The Blame Game

As humans, we are well practiced at playing the blame game. Pointing to someone else for our faults or mistakes is a concept grasped as early as our toddler years. It takes humility and a great swallowing of pride to own up to doing something wrong and it's hard.

But what about blaming ourselves for something that necessarily isn't our fault? I admit I do that...A LOT. When things happen that are beyond my understanding, I often find myself wondering what I did to cause them because blaming myself is so much easier than trying to accept what is beyond my understanding. For example, there are still times (foolishly, I know) where I blame myself for my mom leaving. Maybe I was a difficult child and hard to discipline. Maybe I was one of those frustrating children that make moms want to pull their hair out. Logically I know these are irrational thoughts but at times, it's easier to believe those things rather than try to understand the real reason she left, which I may never know.
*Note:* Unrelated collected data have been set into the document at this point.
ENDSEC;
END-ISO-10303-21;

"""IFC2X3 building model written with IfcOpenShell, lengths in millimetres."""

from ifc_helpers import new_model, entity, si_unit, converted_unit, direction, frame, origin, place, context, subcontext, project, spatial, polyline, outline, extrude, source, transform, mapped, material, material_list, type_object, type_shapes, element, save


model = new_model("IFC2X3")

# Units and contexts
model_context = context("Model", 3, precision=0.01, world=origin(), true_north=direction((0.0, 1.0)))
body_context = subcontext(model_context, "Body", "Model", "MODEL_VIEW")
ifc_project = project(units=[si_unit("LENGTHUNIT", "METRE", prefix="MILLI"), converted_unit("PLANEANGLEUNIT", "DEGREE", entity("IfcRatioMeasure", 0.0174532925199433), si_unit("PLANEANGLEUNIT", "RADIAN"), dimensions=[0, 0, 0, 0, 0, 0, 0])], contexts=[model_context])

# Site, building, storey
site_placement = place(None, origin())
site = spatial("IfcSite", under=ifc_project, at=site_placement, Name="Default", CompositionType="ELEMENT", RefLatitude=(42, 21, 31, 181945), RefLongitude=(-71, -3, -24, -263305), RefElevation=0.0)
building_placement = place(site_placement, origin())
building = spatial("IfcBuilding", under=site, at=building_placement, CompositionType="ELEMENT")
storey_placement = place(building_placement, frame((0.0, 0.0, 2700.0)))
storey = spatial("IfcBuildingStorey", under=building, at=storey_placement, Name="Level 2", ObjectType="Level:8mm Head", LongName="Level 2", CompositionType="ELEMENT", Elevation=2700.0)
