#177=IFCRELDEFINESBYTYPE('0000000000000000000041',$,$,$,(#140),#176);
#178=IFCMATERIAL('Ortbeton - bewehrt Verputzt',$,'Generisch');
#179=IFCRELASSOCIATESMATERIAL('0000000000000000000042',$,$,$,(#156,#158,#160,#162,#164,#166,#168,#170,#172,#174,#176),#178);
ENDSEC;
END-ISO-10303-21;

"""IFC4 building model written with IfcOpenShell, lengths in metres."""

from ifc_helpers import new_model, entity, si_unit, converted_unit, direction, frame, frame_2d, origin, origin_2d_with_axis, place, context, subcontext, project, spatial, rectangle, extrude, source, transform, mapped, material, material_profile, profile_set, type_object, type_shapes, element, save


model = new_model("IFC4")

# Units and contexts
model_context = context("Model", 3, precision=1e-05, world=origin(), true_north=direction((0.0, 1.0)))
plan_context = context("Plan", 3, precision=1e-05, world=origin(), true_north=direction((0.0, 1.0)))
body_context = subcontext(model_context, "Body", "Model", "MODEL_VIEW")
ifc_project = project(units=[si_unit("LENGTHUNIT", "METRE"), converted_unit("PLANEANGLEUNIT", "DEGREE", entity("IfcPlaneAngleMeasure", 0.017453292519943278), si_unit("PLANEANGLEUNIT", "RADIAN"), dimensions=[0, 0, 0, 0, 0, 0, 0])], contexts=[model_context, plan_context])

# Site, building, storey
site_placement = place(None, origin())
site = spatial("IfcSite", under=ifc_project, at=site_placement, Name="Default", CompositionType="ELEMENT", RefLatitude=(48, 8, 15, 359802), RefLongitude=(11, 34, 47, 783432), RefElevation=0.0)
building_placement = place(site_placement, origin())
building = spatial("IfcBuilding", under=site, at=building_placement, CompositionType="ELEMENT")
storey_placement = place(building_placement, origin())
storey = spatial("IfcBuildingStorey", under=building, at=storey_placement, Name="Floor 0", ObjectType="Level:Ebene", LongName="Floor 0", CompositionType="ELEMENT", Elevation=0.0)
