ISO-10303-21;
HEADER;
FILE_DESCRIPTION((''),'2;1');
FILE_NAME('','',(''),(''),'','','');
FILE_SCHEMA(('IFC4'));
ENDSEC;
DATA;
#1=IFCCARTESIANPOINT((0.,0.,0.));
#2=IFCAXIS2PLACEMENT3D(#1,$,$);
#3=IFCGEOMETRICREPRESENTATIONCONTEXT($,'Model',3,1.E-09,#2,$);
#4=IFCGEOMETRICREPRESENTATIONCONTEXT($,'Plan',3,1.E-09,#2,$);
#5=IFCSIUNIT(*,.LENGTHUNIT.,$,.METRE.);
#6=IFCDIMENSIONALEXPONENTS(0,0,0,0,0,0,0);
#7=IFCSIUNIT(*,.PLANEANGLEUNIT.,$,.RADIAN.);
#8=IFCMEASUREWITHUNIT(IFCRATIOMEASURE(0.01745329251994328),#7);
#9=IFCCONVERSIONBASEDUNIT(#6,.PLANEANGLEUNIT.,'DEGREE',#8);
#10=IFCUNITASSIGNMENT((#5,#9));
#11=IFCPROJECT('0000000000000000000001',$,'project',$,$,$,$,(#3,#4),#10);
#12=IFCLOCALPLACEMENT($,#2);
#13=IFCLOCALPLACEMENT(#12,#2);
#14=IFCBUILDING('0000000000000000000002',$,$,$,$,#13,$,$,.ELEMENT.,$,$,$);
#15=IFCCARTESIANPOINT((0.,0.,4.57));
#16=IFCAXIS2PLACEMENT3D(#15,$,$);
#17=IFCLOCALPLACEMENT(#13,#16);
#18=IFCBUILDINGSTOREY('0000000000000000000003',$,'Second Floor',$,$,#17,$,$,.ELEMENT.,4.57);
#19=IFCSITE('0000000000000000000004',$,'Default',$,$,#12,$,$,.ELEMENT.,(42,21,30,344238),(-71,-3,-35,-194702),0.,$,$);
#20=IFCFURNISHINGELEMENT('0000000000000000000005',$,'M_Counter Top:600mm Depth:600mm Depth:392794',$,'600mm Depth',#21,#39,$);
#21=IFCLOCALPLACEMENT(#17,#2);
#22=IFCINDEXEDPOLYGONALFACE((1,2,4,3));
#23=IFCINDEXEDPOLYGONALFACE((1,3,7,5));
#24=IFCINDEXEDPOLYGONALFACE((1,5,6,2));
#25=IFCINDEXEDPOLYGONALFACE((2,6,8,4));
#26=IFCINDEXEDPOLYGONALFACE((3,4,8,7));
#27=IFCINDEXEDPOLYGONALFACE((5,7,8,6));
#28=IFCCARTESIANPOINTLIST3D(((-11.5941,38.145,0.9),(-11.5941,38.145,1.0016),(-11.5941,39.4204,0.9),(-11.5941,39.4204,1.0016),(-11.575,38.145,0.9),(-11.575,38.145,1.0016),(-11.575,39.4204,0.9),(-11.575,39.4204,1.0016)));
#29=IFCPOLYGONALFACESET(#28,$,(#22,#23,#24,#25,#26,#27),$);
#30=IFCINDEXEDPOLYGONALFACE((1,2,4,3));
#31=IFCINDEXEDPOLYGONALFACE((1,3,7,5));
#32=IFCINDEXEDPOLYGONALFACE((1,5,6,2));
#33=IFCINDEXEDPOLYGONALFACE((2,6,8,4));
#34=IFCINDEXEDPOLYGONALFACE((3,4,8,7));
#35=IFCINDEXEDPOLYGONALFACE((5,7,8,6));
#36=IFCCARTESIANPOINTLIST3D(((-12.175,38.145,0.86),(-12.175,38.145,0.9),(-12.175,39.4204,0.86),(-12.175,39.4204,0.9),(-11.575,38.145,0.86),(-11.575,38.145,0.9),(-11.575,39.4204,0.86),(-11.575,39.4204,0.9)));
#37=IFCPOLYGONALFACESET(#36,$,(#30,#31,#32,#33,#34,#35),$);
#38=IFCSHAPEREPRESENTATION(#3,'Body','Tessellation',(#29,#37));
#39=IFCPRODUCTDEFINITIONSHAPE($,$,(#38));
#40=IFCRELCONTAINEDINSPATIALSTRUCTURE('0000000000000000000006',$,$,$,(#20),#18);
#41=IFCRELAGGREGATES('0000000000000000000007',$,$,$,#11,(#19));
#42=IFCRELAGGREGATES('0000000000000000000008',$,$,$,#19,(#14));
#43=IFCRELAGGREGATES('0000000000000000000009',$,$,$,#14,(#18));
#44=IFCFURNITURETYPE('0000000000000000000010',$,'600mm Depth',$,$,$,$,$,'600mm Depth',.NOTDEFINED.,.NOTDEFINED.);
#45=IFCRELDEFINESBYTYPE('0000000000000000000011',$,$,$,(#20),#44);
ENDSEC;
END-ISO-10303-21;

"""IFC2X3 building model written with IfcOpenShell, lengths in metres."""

from ifc_helpers import new_model, entity, si_unit, converted_unit, frame, origin, origin_2d_with_axis, place, context, project, spatial, rectangle, extrude, source, transform, mapped, type_object, type_shapes, element, save


model = new_model("IFC2X3")

# Units and contexts
model_context = context("Model", 3, precision=1e-09, world=origin())
plan_context = context("Plan", 3, precision=1e-09, world=origin())
ifc_project = project(units=[si_unit("LENGTHUNIT", "METRE"), converted_unit("PLANEANGLEUNIT", "DEGREE", entity("IfcRatioMeasure", 0.01745329251994328), si_unit("PLANEANGLEUNIT", "RADIAN"), dimensions=[0, 0, 0, 0, 0, 0, 0])], contexts=[model_context, plan_context])

# Site, building, storey
site_placement = place(None, origin())
site = spatial("IfcSite", under=ifc_project, at=site_placement, Name="Default", CompositionType="ELEMENT", RefLatitude=(42, 21, 30, 344238), RefLongitude=(-71, -3, -35, -194702), RefElevation=0.0)
building_placement = place(site_placement, origin())
building = spatial("IfcBuilding", under=site, at=building_placement, CompositionType="ELEMENT")
storey_placement = place(building_placement, frame((0.0, 0.0, 4.57)))
storey = spatial("IfcBuildingStorey", under=building, at=storey_placement, Name="Second Floor", CompositionType="ELEMENT", Elevation=4.57)

# Furnishing element
furniture_type = type_object("IfcFurnitureType", Name="600mm Depth", ElementType="600mm Depth", AssemblyPlace="NOTDEFINED")
shared_shape_1 = source(origin(), model_context, "Body", "SweptSolid", [
    extrude(rectangle(XDim=0.0191, YDim=1.2755, at=origin_2d_with_axis()), frame((-0.5627, -0.0095, 0.9), z_axis=(0.0, 0.0, 1.0), x_axis=(0.0, -1.0, 0.0)), (0.0, 0.0, 1.0), 0.1016),
    extrude(rectangle(XDim=1.2755, YDim=0.6, at=origin_2d_with_axis()), frame((-0.5627, -0.3, 0.86), z_axis=(0.0, 0.0, 1.0), x_axis=(-1.0, 0.0, 0.0)), (0.0, 0.0, 1.0), 0.04),
])
type_shapes(furniture_type, [shared_shape_1])
furnishing_placement = place(storey_placement, frame((-11.575, 38.22, 0.0), z_axis=(0.0, 0.0, 1.0), x_axis=(0.0, -1.0, 0.0)))
element("IfcFurnishingElement", 1, at=furnishing_placement, inside=storey, type_object=furniture_type, Name="M_Counter Top:600mm Depth:600mm Depth:392794", ObjectType="600mm Depth", context=model_context, shape_type="MappedRepresentation", body=[
    mapped(shared_shape_1, transform((0.0, 0.0, 0.0), scale=1.0)),
])

save(model, "model.ifc")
Another example is when (again, foolishly) I blame myself for the abuse at the hands of my grandfather. Deep down, I know he and he alone is to blame, that he is sick and used my body to fulfill his perverse needs. There are just times it is easier to just put the blame on myself because it's easier to rationalize than trying to make sense of just how sick he is and what caused him to do the things he did. I have relatives who have blamed me for what happened, saying that I always wanted to be with him and followed him around everywhere, and I wonder if there is some truth in that. Putting the blame on my shoulders sometimes makes the hard questions in life easier to swallow.
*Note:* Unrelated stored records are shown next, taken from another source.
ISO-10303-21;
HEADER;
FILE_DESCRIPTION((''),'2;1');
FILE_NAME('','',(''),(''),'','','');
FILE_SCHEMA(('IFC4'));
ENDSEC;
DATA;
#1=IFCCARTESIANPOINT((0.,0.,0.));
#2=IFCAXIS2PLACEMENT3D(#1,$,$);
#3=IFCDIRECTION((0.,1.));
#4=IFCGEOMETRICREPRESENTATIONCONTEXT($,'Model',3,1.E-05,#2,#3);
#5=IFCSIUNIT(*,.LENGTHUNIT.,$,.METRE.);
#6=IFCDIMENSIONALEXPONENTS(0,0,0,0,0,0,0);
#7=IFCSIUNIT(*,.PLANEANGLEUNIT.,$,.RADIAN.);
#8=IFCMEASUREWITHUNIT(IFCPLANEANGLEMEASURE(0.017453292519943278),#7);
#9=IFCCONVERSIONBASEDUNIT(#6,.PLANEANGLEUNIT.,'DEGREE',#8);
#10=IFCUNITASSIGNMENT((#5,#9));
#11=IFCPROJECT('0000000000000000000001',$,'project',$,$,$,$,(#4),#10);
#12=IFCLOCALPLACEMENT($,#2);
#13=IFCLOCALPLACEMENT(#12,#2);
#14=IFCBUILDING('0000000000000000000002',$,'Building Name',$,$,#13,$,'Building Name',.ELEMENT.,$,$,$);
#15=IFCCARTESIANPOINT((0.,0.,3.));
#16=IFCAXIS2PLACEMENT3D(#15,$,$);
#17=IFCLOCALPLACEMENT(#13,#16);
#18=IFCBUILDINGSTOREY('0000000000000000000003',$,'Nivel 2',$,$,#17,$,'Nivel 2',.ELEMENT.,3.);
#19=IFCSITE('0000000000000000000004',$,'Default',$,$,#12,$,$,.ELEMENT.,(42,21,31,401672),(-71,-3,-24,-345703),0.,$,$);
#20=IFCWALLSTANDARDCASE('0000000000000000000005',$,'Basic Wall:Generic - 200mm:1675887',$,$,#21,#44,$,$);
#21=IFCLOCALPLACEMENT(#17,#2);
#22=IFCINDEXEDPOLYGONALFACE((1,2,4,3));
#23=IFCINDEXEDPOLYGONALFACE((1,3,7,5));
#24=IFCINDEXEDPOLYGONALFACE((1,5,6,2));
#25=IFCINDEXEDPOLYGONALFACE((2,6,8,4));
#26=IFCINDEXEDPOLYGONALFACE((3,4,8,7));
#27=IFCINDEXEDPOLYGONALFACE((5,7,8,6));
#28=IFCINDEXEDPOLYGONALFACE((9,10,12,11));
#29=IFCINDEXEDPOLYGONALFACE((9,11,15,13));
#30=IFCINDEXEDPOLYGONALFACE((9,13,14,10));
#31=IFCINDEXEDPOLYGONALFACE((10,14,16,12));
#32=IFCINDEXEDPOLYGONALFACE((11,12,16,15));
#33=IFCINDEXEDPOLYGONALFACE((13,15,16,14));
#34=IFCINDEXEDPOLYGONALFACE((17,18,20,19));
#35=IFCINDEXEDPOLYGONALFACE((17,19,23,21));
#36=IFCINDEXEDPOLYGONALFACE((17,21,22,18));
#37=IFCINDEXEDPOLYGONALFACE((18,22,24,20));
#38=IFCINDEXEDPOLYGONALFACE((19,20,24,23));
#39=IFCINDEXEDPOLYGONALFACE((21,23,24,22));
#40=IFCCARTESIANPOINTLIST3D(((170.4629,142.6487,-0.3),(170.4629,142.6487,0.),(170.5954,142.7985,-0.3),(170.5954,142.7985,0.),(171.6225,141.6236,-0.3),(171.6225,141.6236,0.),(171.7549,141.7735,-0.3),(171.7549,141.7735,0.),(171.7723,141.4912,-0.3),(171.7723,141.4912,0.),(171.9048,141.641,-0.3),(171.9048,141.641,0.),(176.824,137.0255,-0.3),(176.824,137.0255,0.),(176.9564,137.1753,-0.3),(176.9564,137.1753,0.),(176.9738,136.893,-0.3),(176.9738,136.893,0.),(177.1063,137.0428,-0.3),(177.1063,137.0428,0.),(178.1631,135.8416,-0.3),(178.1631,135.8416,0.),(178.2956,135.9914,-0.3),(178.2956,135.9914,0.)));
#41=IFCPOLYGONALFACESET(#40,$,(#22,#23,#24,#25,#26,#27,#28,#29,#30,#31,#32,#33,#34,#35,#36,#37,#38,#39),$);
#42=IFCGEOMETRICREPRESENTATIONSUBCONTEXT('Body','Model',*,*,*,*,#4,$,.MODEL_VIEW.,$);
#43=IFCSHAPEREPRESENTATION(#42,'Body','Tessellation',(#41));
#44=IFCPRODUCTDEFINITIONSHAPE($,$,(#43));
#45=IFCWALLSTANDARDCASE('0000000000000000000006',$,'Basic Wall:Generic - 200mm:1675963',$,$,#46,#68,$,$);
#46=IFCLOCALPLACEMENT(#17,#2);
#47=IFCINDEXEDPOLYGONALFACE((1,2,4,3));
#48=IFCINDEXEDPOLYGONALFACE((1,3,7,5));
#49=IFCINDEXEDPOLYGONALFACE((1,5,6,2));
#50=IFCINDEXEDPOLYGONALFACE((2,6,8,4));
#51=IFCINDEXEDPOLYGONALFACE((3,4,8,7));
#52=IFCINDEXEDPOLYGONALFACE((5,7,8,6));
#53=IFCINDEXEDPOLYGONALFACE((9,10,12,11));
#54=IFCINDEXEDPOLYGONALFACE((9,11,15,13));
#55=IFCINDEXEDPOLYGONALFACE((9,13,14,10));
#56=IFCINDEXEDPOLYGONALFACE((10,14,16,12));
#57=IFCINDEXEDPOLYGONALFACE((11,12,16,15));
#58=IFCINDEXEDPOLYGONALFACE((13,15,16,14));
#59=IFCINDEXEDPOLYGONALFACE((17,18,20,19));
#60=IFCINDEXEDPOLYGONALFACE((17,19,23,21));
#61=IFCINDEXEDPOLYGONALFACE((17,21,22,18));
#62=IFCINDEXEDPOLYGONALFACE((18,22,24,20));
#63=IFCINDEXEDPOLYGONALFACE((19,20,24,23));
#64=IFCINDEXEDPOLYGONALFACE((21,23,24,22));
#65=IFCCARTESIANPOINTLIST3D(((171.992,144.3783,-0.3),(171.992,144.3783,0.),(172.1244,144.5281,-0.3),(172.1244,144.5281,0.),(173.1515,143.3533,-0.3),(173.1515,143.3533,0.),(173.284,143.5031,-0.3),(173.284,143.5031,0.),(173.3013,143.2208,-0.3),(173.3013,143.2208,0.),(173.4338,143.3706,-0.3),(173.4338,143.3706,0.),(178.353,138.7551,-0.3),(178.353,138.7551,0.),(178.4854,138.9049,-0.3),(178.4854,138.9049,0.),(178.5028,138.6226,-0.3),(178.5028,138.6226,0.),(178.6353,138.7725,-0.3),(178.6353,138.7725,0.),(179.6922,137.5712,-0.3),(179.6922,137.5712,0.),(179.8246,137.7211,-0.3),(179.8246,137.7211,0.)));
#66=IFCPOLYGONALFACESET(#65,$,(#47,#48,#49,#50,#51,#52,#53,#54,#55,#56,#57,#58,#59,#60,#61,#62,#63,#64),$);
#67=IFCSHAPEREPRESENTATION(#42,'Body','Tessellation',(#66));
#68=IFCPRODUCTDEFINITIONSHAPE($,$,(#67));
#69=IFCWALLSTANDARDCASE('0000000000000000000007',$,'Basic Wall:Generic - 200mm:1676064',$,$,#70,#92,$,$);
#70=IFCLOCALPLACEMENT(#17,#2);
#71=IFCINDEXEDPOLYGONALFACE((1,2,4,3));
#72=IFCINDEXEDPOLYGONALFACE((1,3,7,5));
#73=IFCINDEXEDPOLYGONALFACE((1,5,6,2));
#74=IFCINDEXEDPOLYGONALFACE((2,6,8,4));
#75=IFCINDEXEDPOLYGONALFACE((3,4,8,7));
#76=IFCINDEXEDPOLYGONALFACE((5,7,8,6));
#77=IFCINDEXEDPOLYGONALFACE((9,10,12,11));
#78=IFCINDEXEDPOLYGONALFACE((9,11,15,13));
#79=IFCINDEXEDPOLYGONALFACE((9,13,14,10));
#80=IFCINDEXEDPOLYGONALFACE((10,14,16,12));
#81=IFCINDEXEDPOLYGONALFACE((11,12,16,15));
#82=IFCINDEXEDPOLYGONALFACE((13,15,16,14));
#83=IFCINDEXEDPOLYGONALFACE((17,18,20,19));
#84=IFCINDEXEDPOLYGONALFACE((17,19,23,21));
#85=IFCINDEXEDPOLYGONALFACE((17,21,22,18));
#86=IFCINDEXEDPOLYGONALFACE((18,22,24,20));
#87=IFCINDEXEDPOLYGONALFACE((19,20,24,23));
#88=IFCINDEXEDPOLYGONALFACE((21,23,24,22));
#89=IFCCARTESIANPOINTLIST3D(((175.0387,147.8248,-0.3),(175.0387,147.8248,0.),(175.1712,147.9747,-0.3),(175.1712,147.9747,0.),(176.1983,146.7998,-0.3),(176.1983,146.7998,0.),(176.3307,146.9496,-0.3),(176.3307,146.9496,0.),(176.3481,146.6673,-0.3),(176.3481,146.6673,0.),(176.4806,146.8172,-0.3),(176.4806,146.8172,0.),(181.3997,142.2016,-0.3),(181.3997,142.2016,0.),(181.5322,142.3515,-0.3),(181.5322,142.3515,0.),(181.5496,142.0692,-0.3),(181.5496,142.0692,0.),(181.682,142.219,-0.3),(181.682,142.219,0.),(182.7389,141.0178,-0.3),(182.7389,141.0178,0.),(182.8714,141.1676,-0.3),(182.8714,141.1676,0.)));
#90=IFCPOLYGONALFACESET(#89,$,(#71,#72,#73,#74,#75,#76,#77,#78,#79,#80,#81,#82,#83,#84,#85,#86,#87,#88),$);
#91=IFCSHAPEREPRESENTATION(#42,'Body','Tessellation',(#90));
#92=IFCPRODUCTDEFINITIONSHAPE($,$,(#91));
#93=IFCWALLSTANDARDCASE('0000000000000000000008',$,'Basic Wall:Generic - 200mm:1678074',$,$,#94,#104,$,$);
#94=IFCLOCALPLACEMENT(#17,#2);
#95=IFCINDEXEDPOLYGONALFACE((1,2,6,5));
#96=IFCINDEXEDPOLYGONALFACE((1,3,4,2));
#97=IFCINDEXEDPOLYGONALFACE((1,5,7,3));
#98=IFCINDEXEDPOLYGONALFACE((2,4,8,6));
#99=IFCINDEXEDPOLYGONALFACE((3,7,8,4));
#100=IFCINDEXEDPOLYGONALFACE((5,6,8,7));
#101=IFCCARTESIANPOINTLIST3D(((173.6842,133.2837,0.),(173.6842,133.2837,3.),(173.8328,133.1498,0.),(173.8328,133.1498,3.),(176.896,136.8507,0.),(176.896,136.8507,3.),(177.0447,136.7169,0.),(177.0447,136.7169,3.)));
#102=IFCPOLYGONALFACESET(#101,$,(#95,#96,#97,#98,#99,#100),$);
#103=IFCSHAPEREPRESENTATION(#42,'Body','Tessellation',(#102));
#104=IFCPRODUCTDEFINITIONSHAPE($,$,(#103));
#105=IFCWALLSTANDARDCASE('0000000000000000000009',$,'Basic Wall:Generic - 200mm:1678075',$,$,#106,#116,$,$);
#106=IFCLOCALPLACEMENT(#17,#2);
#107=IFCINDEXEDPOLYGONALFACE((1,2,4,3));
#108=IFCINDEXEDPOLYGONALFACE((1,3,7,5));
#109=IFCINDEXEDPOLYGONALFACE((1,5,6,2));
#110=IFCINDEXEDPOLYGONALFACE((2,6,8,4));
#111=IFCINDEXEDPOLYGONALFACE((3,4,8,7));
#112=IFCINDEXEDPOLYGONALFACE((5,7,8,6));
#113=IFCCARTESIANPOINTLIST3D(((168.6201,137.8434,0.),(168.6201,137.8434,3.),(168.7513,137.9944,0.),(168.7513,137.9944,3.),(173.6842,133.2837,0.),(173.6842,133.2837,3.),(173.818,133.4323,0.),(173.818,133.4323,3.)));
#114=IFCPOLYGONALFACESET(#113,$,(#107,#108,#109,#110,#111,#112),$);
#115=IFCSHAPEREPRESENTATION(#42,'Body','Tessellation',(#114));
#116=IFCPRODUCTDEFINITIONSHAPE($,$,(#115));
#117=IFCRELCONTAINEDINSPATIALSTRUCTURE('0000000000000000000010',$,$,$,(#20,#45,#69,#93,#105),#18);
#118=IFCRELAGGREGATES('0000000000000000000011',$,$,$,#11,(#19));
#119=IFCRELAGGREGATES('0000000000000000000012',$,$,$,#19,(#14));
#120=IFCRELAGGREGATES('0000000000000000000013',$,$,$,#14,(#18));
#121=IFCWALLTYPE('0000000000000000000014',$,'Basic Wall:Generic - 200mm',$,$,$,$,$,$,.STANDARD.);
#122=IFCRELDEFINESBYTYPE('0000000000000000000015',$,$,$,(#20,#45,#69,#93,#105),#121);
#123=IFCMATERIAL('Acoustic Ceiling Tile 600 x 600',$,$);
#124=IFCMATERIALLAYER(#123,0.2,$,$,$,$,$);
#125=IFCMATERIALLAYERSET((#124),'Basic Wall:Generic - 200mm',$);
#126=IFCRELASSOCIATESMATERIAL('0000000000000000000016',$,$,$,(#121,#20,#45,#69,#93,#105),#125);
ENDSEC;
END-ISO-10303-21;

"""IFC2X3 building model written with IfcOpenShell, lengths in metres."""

from ifc_helpers import new_model, entity, si_unit, converted_unit, direction, frame, frame_2d, origin, origin_2d_with_axis, place, context, subcontext, project, spatial, polyline, rectangle, outline, extrude, material, layer, layer_set, layer_usage, type_object, element, save


model = new_model("IFC2X3")

# Units and contexts
model_context = context("Model", 3, precision=1e-05, world=origin(), true_north=direction((0.0, 1.0)))
body_context = subcontext(model_context, "Body", "Model", "MODEL_VIEW")
ifc_project = project(units=[si_unit("LENGTHUNIT", "METRE"), converted_unit("PLANEANGLEUNIT", "DEGREE", entity("IfcPlaneAngleMeasure", 0.017453292519943278), si_unit("PLANEANGLEUNIT", "RADIAN"), dimensions=[0, 0, 0, 0, 0, 0, 0])], contexts=[model_context])

# Site, building, storey
site_placement = place(None, origin())
site = spatial("IfcSite", under=ifc_project, at=site_placement, Name="Default", CompositionType="ELEMENT", RefLatitude=(42, 21, 31, 401672), RefLongitude=(-71, -3, -24, -345703), RefElevation=0.0)
building_placement = place(site_placement, origin())
building = spatial("IfcBuilding", under=site, at=building_placement, Name="Building Name", LongName="Building Name", CompositionType="ELEMENT")
storey_placement = place(building_placement, frame((0.0, 0.0, 3.0)))
storey = spatial("IfcBuildingStorey", under=building, at=storey_placement, Name="Nivel 2", LongName="Nivel 2", CompositionType="ELEMENT", Elevation=3.0)

# Shared definitions
ifc_material_1 = material(Name="Acoustic Ceiling Tile 600 x 600")
ifc_layer_1 = layer(ifc_material_1, 0.2)
ifc_layer_set_1 = layer_set([ifc_layer_1], Name="Basic Wall:Generic - 200mm")
wall_type_1 = type_object("IfcWallType", Name="Basic Wall:Generic - 200mm", PredefinedType="STANDARD", material=ifc_layer_set_1)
Recently, I've found myself doing the same thing with my being let go from Trinity. I know in my head and my heart that God has a plan in all of this and He wouldn't take me from something if He didn't have something better in mind. But on days like today when I find myself struggling with why He would take me away from a job I loved and a life at Trinity that I was passionate and joyful about, I start to wonder if I began to take my job for granted or put it above my relationship with God and He had no choice but to remove it from my life. In Sunday school yesterday we were talking about what life looks like when we start to take our blessing for granted or stop being thankful to God for giving them to us. Did I take the job that was such a huge blessing for granted and just expect that it would be there for me and forgetting that just as God placed me in that job, He could take me out of it? I don't know the answers to those questions but I do know that when I get frustrated with God's plan and struggle to see His will in all of this, it's easier to just blame myself instead.

I may never know why God has put an end to my time at Trinity or I may see His plan unfold in the months and years to come. Only time will tell. Until then, I will keep trying to trust God day by day and not place too much of the blame on myself.